IN FACT, I DID QUITE THE OPPOSITE.

I LIVED.

And that is precisely why I am telling you about it.

I welcomed my difficult feelings and I lived.

And so will you.

So often, we look at self-care as an arsenal of actions, things that we do to love and honor ourselves. Get enough sleep. Wear comfortable clothes. Listen to music. Schedule a pedicure. Drink water. Take your vitamins. Move your body. Eat real food. Have sex. Go outside. Read a book. Call a friend. Be of service. Take a bath. Eat dark chocolate. Seek counsel, etc. And that arsenal is great. Trust me, I’ve done the work. I’ve spent time collecting valuable tools to soothe myself that wouldn’t leave me standing red-faced at the pantry door with cereal crumbs gathering on my collar. And I’m quick to recommend that my clients experiment with various practices to manage stress and discomfort in order to supersede the default comforts of controlling and/or abusing food and body. Self-care actions are useful and absolutely necessary. 

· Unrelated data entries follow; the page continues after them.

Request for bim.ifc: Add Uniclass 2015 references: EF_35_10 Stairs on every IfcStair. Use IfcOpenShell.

First a look at what the model holds.

```python
import ifcopenshell

model = ifcopenshell.open("bim.ifc")
print(model.schema)
print("classifications:", [c.Name for c in model.by_type("IfcClassification")])
for ifc_class in ("IfcDoor", "IfcRoof", "IfcStair", "IfcWall", "IfcWindow"):
    print(ifc_class, len(model.by_type(ifc_class)))
```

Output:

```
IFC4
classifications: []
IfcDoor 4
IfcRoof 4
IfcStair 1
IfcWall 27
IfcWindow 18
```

```python
import ifcopenshell
import ifcopenshell.api.classification

model = ifcopenshell.open("bim.ifc")

system = ifcopenshell.api.classification.add_classification(model, classification="Uniclass 2015")

codes = {
    "IfcStair": ("EF_35_10", "Stairs"),
}
for ifc_class, (code, name) in codes.items():
    products = model.by_type(ifc_class)
    ifcopenshell.api.classification.add_reference(
        model, products=products, classification=system, identification=code, name=name
    )
    print(code, len(products))

model.write("bim_edited.ifc")
```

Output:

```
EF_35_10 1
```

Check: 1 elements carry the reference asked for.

But, there is care also in inaction, in getting still and facing our pain long enough to know its name. When we accept our brokenness without scrambling to find a distraction from the mess or sweep away the fragments, healing happens. Sure, maybe we’ll step on the jagged pieces. Maybe they’ll cut us. Maybe we’ll cry out. Maybe we’ll bleed. Inevitably, we’ll bear the scars.

BUT WE WON’T DIE. 

IN FACT, WE’LL DO QUITE THE OPPOSITE.

WE’LL LIVE.

And that is precisely why I am telling you about it.